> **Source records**
# # #
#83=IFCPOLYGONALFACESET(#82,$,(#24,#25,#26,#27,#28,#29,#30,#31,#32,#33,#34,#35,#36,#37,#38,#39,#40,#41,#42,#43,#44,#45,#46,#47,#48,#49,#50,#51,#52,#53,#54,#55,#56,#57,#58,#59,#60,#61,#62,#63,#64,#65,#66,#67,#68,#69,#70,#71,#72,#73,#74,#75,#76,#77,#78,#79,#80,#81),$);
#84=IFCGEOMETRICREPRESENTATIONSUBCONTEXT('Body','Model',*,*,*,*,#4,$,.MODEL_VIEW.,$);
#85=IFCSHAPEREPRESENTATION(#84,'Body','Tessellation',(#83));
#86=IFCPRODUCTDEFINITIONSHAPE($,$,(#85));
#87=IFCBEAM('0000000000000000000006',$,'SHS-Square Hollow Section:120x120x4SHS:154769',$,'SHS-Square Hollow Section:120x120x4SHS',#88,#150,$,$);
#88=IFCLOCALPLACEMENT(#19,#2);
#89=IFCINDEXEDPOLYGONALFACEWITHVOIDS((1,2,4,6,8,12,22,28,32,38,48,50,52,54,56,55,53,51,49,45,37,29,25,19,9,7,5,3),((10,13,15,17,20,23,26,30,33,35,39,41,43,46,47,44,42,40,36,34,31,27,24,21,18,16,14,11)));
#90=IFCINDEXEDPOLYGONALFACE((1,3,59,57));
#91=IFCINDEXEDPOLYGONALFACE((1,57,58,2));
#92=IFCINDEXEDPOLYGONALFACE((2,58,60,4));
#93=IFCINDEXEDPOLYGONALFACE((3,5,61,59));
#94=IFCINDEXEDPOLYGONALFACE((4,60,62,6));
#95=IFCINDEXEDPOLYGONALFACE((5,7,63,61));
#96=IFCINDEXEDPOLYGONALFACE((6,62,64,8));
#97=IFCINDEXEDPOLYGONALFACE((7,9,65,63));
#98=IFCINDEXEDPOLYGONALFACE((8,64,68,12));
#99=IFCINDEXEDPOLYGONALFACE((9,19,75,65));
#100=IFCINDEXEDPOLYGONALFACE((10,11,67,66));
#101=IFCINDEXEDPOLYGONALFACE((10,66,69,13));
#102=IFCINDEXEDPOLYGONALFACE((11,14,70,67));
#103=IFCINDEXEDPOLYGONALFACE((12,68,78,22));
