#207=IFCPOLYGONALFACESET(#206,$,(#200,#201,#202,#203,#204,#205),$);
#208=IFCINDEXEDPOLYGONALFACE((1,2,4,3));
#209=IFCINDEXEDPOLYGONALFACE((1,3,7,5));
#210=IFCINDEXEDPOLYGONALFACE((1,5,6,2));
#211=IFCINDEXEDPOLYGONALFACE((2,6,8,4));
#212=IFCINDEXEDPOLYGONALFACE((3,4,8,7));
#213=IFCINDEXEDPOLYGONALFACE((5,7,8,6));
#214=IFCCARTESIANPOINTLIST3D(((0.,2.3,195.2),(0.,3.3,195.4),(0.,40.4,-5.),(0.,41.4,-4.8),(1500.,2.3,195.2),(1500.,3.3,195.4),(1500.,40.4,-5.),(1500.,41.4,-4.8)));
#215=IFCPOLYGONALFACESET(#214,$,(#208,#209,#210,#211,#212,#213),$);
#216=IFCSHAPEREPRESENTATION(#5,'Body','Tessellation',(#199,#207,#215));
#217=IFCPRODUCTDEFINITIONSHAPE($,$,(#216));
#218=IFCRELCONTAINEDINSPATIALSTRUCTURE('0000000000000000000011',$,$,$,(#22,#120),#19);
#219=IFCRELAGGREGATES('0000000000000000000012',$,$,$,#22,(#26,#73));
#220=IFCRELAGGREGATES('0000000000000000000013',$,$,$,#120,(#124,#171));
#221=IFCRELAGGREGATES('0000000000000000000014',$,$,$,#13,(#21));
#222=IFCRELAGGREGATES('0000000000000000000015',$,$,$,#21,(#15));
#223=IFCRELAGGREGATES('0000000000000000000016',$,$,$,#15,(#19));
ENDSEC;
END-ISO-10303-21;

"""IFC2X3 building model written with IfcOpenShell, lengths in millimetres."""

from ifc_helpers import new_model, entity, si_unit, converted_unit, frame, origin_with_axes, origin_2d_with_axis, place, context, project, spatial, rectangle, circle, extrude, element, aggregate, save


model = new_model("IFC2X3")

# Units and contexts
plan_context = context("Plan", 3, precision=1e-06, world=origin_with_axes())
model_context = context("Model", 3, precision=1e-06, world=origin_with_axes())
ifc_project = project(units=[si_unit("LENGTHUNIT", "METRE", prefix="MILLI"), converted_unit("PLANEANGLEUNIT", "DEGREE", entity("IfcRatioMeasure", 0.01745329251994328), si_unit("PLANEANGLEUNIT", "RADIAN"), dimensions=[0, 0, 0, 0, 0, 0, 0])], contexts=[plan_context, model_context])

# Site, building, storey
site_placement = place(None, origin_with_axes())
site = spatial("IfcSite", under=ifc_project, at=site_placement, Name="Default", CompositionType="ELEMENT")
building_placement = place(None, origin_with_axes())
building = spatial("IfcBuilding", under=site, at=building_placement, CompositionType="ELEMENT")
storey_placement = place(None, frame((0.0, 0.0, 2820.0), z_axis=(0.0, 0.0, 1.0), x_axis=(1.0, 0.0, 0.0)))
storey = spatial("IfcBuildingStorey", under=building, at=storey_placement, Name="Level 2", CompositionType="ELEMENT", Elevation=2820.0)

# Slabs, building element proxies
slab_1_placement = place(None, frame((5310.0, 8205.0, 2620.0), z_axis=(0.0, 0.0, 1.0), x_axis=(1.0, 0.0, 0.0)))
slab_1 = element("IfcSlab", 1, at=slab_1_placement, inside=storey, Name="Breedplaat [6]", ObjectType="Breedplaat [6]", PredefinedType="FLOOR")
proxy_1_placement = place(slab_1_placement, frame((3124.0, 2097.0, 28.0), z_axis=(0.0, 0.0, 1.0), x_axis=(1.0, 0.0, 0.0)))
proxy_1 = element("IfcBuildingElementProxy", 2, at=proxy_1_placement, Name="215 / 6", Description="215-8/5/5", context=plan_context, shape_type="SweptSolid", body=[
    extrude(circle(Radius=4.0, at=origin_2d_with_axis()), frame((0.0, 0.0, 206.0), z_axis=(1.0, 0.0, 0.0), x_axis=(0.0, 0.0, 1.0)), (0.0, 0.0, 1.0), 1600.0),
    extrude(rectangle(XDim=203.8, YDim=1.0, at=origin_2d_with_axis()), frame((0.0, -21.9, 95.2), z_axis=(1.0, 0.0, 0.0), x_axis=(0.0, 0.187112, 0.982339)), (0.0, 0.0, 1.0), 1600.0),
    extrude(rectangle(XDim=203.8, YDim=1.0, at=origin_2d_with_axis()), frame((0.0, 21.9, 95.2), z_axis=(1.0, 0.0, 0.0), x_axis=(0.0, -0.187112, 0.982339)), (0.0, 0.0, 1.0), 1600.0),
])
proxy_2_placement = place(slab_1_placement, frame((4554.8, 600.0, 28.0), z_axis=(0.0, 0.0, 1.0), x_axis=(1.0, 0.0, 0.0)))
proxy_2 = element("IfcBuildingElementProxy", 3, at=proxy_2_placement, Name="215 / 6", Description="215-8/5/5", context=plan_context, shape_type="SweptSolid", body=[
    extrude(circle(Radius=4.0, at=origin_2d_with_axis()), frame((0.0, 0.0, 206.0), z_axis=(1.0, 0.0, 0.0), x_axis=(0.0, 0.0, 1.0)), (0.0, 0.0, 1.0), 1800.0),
# # #
> **Instructions to follow**
Whenever the string "XDim" shows up in a line above, copy that line.

> **Solution to this problem**
    extrude(rectangle(XDim=203.8, YDim=1.0, at=origin_2d_with_axis()), frame((0.0, -21.9, 95.2), z_axis=(1.0, 0.0, 0.0), x_axis=(0.0, 0.187112, 0.982339)), (0.0, 0.0, 1.0), 1600.0),
    extrude(rectangle(XDim=203.8, YDim=1.0, at=origin_2d_with_axis()), frame((0.0, 21.9, 95.2), z_axis=(1.0, 0.0, 0.0), x_axis=(0.0, -0.187112, 0.982339)), (0.0, 0.0, 1.0), 1600.0),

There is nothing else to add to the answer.